--- PROBLEM DESCRIPTION ---
Where does the string "IFCLOCALPLACEMENT" occur in the records below? Copy every line that holds it.

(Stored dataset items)
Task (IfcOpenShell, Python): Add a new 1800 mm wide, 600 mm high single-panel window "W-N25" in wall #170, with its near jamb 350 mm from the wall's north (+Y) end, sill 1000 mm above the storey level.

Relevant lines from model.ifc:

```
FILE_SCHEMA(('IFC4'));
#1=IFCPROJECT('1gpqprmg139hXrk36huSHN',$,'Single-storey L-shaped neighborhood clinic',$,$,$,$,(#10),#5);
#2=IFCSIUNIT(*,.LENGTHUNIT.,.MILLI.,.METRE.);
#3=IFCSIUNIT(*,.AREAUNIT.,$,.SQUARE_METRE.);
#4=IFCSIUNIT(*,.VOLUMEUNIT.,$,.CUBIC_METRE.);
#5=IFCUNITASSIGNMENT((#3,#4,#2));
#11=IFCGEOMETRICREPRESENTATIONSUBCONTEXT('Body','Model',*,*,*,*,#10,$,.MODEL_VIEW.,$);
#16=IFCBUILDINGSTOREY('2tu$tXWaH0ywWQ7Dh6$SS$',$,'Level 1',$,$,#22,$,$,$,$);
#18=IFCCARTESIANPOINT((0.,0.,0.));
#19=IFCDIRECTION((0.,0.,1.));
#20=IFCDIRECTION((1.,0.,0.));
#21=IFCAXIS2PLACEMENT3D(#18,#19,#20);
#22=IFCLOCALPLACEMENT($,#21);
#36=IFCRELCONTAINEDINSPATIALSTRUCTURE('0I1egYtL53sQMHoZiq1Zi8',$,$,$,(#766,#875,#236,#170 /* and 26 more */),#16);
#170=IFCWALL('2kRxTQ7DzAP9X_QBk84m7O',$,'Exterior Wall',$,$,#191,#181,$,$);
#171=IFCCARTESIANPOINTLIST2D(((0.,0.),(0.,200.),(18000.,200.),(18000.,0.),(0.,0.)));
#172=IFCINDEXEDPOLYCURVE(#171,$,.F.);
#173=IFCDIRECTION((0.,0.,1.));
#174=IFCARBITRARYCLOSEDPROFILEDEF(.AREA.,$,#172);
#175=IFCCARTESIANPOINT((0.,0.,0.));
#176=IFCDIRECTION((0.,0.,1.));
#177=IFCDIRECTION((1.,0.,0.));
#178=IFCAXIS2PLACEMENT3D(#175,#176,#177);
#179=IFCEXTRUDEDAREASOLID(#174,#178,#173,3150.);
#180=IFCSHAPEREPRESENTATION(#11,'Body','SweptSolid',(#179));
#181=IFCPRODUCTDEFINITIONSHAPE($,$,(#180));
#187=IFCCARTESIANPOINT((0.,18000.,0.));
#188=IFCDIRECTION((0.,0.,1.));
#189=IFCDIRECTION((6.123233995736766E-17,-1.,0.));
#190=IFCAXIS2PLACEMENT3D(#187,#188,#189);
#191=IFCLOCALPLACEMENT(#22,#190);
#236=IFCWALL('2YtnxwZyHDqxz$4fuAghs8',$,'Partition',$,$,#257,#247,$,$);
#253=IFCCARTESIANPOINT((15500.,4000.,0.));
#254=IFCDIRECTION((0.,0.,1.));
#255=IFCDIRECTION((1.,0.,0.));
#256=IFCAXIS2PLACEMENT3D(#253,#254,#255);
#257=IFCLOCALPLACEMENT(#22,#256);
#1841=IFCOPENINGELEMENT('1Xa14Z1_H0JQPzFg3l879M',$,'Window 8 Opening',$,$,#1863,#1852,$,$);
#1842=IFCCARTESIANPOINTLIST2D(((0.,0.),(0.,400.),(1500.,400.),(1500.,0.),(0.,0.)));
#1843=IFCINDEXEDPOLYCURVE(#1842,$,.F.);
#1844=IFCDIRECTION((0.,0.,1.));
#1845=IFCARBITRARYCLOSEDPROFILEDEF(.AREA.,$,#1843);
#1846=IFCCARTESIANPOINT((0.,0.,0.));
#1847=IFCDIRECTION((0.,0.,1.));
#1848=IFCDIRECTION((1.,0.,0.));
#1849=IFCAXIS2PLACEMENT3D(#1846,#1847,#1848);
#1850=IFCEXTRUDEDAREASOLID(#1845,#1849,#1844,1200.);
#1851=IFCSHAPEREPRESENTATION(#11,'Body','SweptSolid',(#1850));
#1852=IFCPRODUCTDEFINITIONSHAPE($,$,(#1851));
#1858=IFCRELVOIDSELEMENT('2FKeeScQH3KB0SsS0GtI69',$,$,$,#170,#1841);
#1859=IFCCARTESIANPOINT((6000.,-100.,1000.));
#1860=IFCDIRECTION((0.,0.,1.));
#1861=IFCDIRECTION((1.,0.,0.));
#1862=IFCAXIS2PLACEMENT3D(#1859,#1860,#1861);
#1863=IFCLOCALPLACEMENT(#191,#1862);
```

```python
import numpy as np
import ifcopenshell
import ifcopenshell.api.feature
import ifcopenshell.api.geometry
import ifcopenshell.api.root
import ifcopenshell.api.spatial
import ifcopenshell.geom
import ifcopenshell.util.element
import ifcopenshell.util.placement
import ifcopenshell.util.representation
import ifcopenshell.util.shape
import ifcopenshell.util.unit

model = ifcopenshell.open("model.ifc")
unit_scale = ifcopenshell.util.unit.calculate_unit_scale(model)
settings = ifcopenshell.geom.settings()


def volume(element):
    """Net volume in cubic metres, openings subtracted."""
    shape = ifcopenshell.geom.create_shape(settings, element)
    return ifcopenshell.util.shape.get_volume(shape.geometry)


wall = model.by_guid("2kRxTQ7DzAP9X_QBk84m7O")
storey = ifcopenshell.util.element.get_container(wall, ifc_class="IfcBuildingStorey")
context = ifcopenshell.util.representation.get_context(model, "Model", "Body", "MODEL_VIEW")
before = volume(wall)

width, height, from_end, sill = 1.8, 0.6, 0.35, 1  # metres

# The wall runs along its own X axis, and the end named is its -X end.
wall_shape = ifcopenshell.geom.create_shape(settings, wall)
x, y, z = ifcopenshell.util.shape.get_vertices(wall_shape.geometry).T
start = x.min() + from_end
face, thickness = float(y.min()), float(y.max() - y.min())
wall_matrix = ifcopenshell.util.placement.get_local_placement(wall.ObjectPlacement)
level = ifcopenshell.util.placement.get_local_placement(storey.ObjectPlacement)[2, 3]


def in_wall(x, y):
    """Placement at x, y metres in the wall's axes, at sill height."""
    matrix = wall_matrix.copy()
    matrix[:, 3] = wall_matrix @ np.array([x / unit_scale, y / unit_scale, 0.0, 1.0])
    matrix[2, 3] = level + sill / unit_scale
    return matrix


# Opening: a box that overshoots both wall faces by 50 mm.
opening = ifcopenshell.api.root.create_entity(model, ifc_class="IfcOpeningElement", predefined_type="OPENING")
box = ifcopenshell.api.geometry.add_wall_representation(
    model, context=context, length=width, height=height, thickness=thickness + 0.1
)
ifcopenshell.api.geometry.assign_representation(model, product=opening, representation=box)
ifcopenshell.api.geometry.edit_object_placement(model, product=opening, matrix=in_wall(start, face - 0.05), is_si=False)
ifcopenshell.api.feature.add_feature(model, feature=opening, element=wall)

window = ifcopenshell.api.root.create_entity(model, ifc_class="IfcWindow", name="W-N25", predefined_type="WINDOW")
window.OverallWidth, window.OverallHeight = width / unit_scale, height / unit_scale
window.PartitioningType = "SINGLE_PANEL"
body = ifcopenshell.api.geometry.add_window_representation(
    model,
    context=context,
    overall_width=window.OverallWidth,
    overall_height=window.OverallHeight,
    partition_type="SINGLE_PANEL",
)
ifcopenshell.api.geometry.assign_representation(model, product=window, representation=body)
ifcopenshell.api.spatial.assign_container(model, products=[window], relating_structure=storey)
ifcopenshell.api.feature.add_filling(model, opening=opening, element=window)

# Centre the window in the wall's thickness.
ifcopenshell.api.geometry.edit_object_placement(model, product=window, matrix=in_wall(start, face), is_si=False)
window_shape = ifcopenshell.geom.create_shape(settings, window)
depth = ifcopenshell.util.shape.get_vertices(window_shape.geometry)[:, 1]
offset = face + thickness / 2 - (depth.min() + depth.max()) / 2
ifcopenshell.api.geometry.edit_object_placement(model, product=window, matrix=in_wall(start, offset), is_si=False)

after = volume(wall)

print(f"wall volume {before:.3f} -> {after:.3f} m3")

model.write("model_rev.ifc")
```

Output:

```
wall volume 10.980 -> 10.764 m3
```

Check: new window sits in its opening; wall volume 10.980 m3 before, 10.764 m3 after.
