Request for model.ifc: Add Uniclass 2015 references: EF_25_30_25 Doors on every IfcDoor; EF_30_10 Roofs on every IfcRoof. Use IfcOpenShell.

First a look at what the model holds.

```python
import ifcopenshell

model = ifcopenshell.open("model.ifc")
print(model.schema)
print("classifications:", [c.Name for c in model.by_type("IfcClassification")])
for ifc_class in ("IfcDoor", "IfcRoof", "IfcStair", "IfcWall", "IfcWindow"):
    print(ifc_class, len(model.by_type(ifc_class)))
```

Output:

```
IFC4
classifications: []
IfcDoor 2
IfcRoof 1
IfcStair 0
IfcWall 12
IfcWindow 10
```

```python
import ifcopenshell
import ifcopenshell.api.classification

model = ifcopenshell.open("model.ifc")

system = ifcopenshell.api.classification.add_classification(model, classification="Uniclass 2015")

codes = {
    "IfcDoor": ("EF_25_30_25", "Doors"),
    "IfcRoof": ("EF_30_10", "Roofs"),
}
for ifc_class, (code, name) in codes.items():
    products = model.by_type(ifc_class)
    ifcopenshell.api.classification.add_reference(
        model, products=products, classification=system, identification=code, name=name
    )
    print(code, len(products))

model.write("model-out.ifc")
```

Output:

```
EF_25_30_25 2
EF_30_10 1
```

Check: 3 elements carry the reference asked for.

--- SOLUTION BELOW ---
#22=IFCLOCALPLACEMENT($,#21);
#191=IFCLOCALPLACEMENT(#22,#190);
#257=IFCLOCALPLACEMENT(#22,#256);
#1863=IFCLOCALPLACEMENT(#191,#1862);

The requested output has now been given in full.